11.4 Entire agreement.
- (a) The Contract constitutes the entire agreement between the parties and supersedes and extinguishes all previous agreements, promises, assurances, warranties, representations and understandings between them, whether written or oral, relating to its subject matter.
- (b) Each party acknowledges that in entering into the Contract it does not rely on, and shall have no remedies in respect of any statement, representation, assurance or warranty (whether made innocently or negligently) that is not set out in the Contract. Each party agrees that it shall have no claim for innocent or negligent misrepresentation or negligent misstatement based on any statement in the Contract.
11.5. Variation. Except as set out in these Conditions, no variation of the Contract shall be effective unless it is in writing and signed by the parties (or their authorised representatives).
11.6. Waiver. A waiver of any right or remedy under the Contract or by law is only effective if given in writing and shall not be deemed a waiver of any subsequent right or remedy. A failure or delay by a party to exercise any right or remedy provided under the Contract or by law shall not constitute a waiver of that or any other right or remedy, nor shall it prevent or restrict any further exercise of that or any other right or remedy. No single or partial exercise of any right or remedy provided under the Contract or by law shall prevent or restrict the further exercise of that or any other right or remedy.
11.7. Severance. If any provision or part-provision of the Contract is or becomes invalid, illegal or unenforceable, it shall be deemed deleted, but that shall not affect the validity and enforceability of the rest of this agreement. If any provision or part-provision of this Contract deleted under this clause 11.7 the parties shall negotiate in good faith to agree a replacement provision that, to the greatest extent possible, achieves the intended commercial result of the original provision.

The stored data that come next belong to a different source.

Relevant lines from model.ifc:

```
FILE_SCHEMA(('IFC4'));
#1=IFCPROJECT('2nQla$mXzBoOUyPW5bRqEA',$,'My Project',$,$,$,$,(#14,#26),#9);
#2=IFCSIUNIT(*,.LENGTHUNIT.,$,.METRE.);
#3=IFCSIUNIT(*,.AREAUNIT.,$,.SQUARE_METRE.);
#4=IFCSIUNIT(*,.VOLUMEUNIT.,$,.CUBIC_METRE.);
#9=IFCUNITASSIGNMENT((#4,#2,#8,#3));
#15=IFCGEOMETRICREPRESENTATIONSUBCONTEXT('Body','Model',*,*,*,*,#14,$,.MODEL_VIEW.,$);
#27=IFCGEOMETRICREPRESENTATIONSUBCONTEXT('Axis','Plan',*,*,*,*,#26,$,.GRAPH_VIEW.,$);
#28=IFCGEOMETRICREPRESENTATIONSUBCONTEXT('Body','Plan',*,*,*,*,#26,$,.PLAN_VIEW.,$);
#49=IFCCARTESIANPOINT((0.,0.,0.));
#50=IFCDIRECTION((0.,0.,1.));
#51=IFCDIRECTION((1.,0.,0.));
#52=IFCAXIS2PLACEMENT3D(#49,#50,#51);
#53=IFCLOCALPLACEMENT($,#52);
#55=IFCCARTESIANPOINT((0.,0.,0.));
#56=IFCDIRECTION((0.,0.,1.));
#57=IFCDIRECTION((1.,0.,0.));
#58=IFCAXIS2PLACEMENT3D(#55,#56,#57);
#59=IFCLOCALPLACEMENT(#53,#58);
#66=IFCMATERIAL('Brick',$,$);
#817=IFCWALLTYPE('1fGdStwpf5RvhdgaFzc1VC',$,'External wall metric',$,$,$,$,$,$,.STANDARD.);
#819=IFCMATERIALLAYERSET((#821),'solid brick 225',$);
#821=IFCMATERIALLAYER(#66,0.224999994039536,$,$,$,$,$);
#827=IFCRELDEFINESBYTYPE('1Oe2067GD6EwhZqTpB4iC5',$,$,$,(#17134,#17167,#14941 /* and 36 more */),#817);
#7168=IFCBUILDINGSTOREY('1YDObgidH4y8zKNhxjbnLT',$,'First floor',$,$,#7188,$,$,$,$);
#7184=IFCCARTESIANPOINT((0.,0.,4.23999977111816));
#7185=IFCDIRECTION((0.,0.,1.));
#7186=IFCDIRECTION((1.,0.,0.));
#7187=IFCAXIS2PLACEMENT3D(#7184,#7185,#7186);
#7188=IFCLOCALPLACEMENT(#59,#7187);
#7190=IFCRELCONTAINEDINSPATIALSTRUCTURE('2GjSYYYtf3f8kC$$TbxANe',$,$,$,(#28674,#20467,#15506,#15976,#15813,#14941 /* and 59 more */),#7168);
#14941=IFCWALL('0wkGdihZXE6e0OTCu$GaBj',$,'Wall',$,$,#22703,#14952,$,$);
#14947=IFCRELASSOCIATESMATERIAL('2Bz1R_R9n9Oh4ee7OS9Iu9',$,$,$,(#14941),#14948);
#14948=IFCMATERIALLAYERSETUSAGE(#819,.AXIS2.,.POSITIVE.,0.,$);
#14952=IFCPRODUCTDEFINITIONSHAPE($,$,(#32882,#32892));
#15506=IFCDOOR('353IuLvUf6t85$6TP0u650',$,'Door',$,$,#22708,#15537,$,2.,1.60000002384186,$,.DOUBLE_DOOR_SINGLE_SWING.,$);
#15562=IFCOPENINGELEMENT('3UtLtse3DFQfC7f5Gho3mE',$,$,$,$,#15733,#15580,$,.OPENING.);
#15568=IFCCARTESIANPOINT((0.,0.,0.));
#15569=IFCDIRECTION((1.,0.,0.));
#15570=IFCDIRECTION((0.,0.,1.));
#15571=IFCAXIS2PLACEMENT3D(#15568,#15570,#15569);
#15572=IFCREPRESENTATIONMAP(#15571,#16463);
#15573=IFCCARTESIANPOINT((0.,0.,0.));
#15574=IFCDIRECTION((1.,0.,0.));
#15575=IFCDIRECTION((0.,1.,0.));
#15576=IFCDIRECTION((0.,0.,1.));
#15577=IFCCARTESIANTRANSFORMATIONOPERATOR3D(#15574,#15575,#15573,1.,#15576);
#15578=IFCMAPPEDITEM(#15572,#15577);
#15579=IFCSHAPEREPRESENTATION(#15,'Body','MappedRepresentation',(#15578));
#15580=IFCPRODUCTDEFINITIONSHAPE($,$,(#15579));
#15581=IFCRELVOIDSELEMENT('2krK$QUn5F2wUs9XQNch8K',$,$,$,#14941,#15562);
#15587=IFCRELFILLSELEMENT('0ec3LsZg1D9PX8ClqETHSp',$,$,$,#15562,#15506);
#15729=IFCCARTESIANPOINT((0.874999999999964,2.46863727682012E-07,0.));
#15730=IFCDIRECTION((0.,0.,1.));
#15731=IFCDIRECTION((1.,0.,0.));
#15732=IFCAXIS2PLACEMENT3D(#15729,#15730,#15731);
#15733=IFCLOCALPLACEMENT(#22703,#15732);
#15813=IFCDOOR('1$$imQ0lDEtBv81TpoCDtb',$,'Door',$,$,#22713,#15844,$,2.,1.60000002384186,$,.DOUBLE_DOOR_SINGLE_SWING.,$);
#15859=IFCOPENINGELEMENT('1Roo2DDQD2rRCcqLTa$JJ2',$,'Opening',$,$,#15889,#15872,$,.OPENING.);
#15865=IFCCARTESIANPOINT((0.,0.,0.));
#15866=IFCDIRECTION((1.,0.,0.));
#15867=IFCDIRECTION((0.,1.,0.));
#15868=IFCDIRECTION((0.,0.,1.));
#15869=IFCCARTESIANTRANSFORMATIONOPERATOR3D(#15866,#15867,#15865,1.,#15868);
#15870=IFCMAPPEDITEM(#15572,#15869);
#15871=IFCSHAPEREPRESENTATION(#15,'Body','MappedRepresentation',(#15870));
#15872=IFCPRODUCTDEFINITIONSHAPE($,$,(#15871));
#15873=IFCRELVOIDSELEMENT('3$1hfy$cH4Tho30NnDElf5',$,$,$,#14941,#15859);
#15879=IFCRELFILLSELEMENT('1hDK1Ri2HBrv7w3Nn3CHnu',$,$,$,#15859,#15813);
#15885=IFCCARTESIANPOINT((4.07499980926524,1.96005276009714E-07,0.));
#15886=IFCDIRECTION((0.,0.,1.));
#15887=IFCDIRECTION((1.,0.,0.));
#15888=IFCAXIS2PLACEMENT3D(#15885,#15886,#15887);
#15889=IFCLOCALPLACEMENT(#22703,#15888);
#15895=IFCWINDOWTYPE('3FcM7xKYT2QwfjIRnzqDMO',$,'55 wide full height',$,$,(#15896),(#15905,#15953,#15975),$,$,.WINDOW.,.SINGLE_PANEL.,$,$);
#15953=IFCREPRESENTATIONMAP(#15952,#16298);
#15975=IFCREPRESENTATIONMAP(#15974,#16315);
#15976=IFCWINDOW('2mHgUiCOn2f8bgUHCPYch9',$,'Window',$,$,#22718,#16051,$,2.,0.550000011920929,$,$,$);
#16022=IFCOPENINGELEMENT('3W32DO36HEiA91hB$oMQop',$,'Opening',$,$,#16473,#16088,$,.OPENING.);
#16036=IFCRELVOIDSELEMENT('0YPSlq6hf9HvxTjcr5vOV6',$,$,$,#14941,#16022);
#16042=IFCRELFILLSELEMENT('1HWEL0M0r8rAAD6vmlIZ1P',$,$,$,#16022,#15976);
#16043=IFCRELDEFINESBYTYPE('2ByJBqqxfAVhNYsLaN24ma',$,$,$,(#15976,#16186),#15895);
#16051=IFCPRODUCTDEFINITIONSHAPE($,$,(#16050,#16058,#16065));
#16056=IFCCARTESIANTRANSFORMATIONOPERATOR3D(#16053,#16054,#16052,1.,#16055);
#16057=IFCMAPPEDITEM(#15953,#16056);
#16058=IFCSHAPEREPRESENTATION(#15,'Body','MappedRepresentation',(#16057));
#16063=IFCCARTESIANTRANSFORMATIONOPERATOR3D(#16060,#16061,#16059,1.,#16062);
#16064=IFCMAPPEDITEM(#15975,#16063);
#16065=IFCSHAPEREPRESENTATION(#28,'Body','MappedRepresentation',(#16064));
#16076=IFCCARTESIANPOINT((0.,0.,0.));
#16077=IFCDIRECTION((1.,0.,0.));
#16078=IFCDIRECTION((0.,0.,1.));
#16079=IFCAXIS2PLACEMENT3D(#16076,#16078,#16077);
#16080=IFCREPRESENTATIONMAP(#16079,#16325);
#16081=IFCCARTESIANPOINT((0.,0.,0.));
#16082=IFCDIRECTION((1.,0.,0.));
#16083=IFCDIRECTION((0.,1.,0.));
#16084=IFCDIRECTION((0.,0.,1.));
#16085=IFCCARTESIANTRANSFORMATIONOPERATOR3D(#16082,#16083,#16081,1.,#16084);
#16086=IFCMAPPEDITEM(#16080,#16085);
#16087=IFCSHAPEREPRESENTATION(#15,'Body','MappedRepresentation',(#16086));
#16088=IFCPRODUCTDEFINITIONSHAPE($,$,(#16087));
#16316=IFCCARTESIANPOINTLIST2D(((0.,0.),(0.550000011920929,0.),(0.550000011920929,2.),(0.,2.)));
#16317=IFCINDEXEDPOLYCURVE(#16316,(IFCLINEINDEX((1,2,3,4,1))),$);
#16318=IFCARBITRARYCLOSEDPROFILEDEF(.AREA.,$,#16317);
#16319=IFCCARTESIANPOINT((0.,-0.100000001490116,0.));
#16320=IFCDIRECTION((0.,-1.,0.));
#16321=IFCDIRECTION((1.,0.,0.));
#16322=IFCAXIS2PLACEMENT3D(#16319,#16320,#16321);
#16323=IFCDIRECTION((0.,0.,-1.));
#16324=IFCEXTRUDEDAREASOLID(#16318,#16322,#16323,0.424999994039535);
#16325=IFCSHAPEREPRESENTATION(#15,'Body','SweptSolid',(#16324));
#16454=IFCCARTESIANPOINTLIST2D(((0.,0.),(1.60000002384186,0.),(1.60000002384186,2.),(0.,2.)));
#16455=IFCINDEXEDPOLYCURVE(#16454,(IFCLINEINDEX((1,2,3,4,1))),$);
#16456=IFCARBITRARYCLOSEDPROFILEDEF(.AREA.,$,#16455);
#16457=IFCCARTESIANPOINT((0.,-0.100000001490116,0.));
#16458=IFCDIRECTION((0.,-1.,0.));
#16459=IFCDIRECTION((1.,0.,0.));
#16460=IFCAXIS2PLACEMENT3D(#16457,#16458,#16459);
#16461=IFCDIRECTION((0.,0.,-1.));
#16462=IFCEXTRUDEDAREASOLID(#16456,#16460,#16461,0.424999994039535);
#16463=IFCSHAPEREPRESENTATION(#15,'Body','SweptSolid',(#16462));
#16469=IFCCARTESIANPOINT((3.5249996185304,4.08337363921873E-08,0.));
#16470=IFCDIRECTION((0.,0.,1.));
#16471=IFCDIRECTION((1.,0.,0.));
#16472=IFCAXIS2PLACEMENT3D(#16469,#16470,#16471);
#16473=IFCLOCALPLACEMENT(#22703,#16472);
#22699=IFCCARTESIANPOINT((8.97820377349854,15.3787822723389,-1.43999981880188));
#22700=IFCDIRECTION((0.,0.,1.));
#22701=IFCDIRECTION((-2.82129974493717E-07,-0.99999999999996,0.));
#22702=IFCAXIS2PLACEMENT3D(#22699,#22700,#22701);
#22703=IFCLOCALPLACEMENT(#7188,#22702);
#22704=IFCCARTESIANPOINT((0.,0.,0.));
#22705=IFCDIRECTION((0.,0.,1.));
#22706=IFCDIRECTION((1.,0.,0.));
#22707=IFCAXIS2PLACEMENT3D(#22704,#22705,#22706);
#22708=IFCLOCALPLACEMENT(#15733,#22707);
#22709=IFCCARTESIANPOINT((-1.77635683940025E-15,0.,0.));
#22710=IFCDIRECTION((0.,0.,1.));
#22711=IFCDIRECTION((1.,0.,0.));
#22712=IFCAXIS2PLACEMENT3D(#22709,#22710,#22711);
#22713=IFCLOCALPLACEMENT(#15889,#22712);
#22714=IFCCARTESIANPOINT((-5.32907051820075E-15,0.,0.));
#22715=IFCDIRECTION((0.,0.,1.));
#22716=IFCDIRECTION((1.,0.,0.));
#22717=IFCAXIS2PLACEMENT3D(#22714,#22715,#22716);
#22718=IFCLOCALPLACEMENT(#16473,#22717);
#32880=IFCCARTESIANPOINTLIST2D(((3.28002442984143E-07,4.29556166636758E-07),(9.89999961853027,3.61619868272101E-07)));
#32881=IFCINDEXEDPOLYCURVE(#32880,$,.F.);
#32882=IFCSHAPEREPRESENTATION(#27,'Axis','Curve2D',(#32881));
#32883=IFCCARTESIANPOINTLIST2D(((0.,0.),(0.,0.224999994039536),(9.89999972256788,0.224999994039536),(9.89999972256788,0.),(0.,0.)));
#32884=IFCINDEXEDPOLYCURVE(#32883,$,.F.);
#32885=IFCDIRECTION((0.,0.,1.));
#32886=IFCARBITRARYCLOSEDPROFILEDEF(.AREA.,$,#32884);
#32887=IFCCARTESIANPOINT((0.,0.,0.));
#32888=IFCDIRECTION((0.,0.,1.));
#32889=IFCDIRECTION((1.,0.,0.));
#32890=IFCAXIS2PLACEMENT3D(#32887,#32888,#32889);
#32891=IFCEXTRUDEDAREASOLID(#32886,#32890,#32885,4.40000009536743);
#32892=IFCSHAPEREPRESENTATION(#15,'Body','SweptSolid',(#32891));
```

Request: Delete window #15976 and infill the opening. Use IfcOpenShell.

```python
import ifcopenshell
import ifcopenshell.api.feature
import ifcopenshell.api.root
import ifcopenshell.geom
import ifcopenshell.util.shape

model = ifcopenshell.open("model.ifc")
settings = ifcopenshell.geom.settings()


def volume(element):
    """Net volume in cubic metres, openings subtracted."""
    shape = ifcopenshell.geom.create_shape(settings, element)
    return ifcopenshell.util.shape.get_volume(shape.geometry)


window = model.by_guid("2mHgUiCOn2f8bgUHCPYch9")
opening = window.FillsVoids[0].RelatingOpeningElement
wall = opening.VoidsElements[0].RelatingBuildingElement
before = volume(wall)

ifcopenshell.api.root.remove_product(model, product=window)
ifcopenshell.api.feature.remove_feature(model, feature=opening)

after = volume(wall)

print(f"wall volume {before:.3f} -> {after:.3f} m3")

model.write("model-out.ifc")
```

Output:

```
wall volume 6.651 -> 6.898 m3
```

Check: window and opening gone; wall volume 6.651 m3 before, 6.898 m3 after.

- (a) Any notice or other communication given to a party under or in connection with the Contract shall be in writing and shall be delivered by hand or by pre-paid first-class post or other next working day delivery service at its registered office (if a company) or its principal place of business (in any other case); or sent by email.
- (b) Any notice or communication shall be deemed to have been received: if delivered by hand, at the time the notice is left at the proper address; if sent by pre-paid first-class post or other next working day delivery service, at 9.00 am on the second Business Day after posting; or if sent by email at the time of transmission, or, if this time falls outside business hours in the place of receipt, when business hours resume. In this clause 11.8(b), business hours means 9.00am to 5.00pm Monday to Friday on a day that is not a public holiday in the place of receipt.
- (c) This clause 11.8 does not apply to the service of any proceedings or other documents in any legal action or, where applicable, any other method of dispute resolution.
11.9. Third party rights. Unless it expressly states otherwise, the Contract does not give rise to any rights under the Contracts (Rights of Third Parties) Act 1999 to enforce any term of the Contract.
11.10. Governing law. The Contract, and any dispute or claim (including non-contractual disputes or claims) arising out of or in connection with it or its subject matter or formation shall be governed by, and construed in accordance with the law of England and Wales.
11.11. Jurisdiction. Each party irrevocably agrees that the courts of England and Wales shall have exclusive jurisdiction to settle any dispute or claim (including non-contractual disputes or claims) arising out of or in connection with the Contract or its subject matter or formation.